Se necesitan dos años para aprender a hablar y sesenta para callarse.

jueves, 23 de octubre de 2014

EM III

De todo en esta vida se obtienen resultados, positivos o negativos, depende. De un ingreso en un hospital también. Es una gran cabronada máxime cuando ingresas para una exploración pues los médicos desconocen la causa de tu dolencia. Quizá la familia lo sufra más que el enfermo.
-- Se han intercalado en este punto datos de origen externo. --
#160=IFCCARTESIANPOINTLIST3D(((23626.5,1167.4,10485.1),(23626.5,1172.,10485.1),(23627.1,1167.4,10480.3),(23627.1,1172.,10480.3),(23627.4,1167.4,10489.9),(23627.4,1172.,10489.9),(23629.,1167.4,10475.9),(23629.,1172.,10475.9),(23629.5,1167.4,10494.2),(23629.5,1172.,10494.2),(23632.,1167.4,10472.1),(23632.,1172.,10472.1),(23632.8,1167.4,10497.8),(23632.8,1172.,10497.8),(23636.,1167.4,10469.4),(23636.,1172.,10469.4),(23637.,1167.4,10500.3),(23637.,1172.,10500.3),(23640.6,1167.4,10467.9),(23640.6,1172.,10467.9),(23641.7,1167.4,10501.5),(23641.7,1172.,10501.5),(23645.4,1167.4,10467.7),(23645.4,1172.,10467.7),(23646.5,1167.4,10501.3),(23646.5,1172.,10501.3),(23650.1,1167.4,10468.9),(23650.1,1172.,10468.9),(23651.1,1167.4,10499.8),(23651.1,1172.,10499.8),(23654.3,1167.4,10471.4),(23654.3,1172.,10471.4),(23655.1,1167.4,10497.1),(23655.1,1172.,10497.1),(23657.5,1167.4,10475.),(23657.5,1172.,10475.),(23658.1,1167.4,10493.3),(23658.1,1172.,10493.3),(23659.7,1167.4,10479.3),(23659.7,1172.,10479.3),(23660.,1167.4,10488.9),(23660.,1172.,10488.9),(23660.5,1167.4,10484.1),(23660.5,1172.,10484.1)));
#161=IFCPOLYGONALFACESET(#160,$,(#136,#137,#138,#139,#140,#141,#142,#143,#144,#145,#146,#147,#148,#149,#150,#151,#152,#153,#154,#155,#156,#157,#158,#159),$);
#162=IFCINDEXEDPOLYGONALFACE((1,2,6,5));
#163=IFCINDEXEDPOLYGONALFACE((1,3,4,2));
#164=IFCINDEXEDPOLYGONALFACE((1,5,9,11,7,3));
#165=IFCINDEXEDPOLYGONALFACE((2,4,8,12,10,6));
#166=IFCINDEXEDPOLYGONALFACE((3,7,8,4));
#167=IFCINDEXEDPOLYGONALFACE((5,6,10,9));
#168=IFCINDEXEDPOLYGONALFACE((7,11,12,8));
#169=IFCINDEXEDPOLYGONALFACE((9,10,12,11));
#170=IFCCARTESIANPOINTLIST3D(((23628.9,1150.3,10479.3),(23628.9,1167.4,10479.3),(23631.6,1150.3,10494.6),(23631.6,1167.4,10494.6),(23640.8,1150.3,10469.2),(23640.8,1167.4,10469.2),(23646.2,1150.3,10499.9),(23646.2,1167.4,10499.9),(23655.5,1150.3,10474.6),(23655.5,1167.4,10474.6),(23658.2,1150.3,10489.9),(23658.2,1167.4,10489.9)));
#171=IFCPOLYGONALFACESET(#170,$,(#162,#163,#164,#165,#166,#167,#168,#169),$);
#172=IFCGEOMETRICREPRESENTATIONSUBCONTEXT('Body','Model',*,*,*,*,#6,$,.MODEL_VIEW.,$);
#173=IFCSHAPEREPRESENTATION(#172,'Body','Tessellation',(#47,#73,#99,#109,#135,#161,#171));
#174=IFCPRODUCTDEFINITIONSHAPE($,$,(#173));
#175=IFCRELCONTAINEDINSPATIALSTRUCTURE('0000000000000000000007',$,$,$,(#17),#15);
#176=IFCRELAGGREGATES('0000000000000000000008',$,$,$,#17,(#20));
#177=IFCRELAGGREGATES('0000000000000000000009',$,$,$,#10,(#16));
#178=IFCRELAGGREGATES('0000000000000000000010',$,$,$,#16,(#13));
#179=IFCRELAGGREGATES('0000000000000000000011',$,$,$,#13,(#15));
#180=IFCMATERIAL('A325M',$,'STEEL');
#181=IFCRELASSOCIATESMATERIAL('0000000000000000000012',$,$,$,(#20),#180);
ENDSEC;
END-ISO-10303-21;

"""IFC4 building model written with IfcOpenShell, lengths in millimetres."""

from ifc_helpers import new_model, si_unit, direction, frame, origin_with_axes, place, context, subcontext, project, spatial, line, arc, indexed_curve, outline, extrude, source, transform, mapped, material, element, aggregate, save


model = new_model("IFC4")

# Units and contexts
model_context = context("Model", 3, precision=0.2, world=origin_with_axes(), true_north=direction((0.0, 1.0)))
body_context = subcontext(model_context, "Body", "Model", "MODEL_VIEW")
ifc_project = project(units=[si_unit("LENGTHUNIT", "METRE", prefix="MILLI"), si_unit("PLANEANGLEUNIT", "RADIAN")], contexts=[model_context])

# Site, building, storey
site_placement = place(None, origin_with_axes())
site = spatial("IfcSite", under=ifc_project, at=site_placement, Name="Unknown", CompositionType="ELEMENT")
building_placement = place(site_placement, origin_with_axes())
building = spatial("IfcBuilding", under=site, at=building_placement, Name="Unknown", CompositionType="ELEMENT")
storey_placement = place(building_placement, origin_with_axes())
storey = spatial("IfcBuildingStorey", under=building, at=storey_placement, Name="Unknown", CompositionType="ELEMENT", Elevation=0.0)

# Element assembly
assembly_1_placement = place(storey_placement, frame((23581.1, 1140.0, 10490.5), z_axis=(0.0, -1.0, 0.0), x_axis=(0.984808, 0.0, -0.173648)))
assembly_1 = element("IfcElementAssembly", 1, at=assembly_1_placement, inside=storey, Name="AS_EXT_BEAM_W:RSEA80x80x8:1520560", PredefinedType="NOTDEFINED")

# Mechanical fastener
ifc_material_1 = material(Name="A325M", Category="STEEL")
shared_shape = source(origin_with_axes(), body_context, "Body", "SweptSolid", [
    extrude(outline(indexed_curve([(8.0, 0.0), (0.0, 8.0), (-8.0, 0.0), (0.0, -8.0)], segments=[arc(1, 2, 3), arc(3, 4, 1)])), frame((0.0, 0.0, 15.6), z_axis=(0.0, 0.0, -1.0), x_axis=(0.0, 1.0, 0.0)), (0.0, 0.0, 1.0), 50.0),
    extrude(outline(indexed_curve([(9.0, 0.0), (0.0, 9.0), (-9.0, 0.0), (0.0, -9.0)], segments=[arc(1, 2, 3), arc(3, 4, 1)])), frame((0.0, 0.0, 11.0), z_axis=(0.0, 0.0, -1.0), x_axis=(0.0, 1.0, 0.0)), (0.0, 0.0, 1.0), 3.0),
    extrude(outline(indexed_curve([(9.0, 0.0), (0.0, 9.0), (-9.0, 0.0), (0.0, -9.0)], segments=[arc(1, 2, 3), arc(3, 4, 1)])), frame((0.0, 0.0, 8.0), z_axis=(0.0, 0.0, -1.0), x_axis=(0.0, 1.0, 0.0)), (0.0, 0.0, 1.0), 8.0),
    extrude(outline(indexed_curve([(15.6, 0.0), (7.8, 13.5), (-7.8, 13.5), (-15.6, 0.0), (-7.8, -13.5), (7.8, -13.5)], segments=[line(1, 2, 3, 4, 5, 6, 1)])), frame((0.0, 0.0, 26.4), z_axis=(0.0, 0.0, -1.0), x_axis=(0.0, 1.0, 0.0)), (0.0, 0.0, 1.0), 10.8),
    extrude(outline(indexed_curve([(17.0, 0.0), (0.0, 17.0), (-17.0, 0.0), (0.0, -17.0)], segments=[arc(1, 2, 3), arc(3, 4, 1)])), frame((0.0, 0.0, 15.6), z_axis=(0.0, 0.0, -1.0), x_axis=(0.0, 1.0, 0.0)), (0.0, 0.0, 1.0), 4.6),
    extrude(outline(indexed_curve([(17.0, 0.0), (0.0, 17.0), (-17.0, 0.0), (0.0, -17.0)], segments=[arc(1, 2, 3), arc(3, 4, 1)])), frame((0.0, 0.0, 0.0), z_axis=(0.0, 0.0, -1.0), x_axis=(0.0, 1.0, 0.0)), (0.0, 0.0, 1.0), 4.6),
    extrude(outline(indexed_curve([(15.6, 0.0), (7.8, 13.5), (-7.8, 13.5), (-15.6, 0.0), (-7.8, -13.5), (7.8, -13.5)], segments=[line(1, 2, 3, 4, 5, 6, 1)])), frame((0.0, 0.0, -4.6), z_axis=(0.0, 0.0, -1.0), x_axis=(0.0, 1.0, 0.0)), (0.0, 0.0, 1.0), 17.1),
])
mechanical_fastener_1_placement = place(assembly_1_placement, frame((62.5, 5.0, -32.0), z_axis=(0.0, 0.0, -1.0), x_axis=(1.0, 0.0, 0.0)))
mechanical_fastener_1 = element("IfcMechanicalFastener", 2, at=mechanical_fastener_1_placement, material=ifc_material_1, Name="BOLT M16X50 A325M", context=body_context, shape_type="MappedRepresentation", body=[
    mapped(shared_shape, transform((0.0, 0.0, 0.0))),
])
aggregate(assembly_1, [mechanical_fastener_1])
En mi caso, lo negativo lo arrastraba al entrar. ¿Positivo? Quizá nada, pero anécdotas, sí. Como yo era un ingresado con movilidad total, pues llegué a aprender a jugar al mus. Un enfermero del turno de noche sabía jugar, mi compañero de habitación, el diabético, también; no recuerdo si alguien más. El caso es que por la noche en el lugar para las visitas, montábamos la timba; enseguida le pillé el truco al juego y le ganaba a farolero y las perras también al maestro.

Otro recuerdo, lamentable por los enfermos. Dos chicos jóvenes en pocos meses cayeron de ser hombres vitales a una ruina humana. Uno de ellos en silla de ruedas, inválido total en todos los sentidos de su joven cuerpo; ni habla ni nada, solo la baba que le escurría de la boca. El otro, un poco más válido, pero siguiendo el mismo camino. Aquél todavía podía hablar algo y jugar al ajedrez. Cuando se juntaban, se miraban y no dejaban de reírse. Ironías salvajes de la vida.

Luego me cambiaron de habitación para meter a un cura allí y yo a otra de cuatro camas. En ella había o trajeron a un señor que se ahogaba, no podía respirar por algún motivo misterioso. Pobre, ¡qué gran putada! Solo tenía descanso cuando dormía. La respiración se le regularizaba y dormía como un bebé. ¡Qué gran misterio encierra el cuerpo humano con todos sus  embrollos físicos y sicológicos! A otro le metieron aire en la columna para facilitar la exploración. Otra inmensa cabronada.

Las secuelas negativas, nunca puede haber secuelas positivas en una enfermedad, las he arrastrado desde entonces. Falta de fuerza en la pierna derecha, de sensibilidad en la izquierda, problemas con la tripa por falta de dominio en el esfínter anal, ruidos en los oídos que se incrementan cuando me enfrío, la orina me apremia y en general pues todo va degenerando poco a poco pero de una forma casi diría que natural.

Por dos ocasiones,  con unos diez años de diferencia entre ambas, volví a hacerme un reconocimiento de manera voluntaria. No hallaron nada especial, incluso el neurólogo dudaba de que, realmente, mi enfermedad fuera esclerosis múltiple pues habían pasado los años sin haber sufrido una recaída que me hubiera dejado hecho una piltrafa. Éste médico, era uno de los que acompañaba al especialista, el Dr. Oliveros, en mi primera estancia en el hospital.

Toda mi vida laboral la he pasado con el miedo a esa espada de Damocles pendiente de mí e intentando aparentar la mayor normalidad posible aunque la cojera, era indisimulable. Fruto de los desajustes de mi organismo y los nervios pasados en el trabajo -no diré tu nombre pero ojalá te pudras en vida, cabrón- hube de bajarme en varias ocasiones del autobús. Al final opté, para tranquilidad de mi mente y de mi cuerpo, emplear el coche como medio de transporte para ir al trabajo. Tampoco en casa, en ese caso, obtuve mucho apoyo que digamos.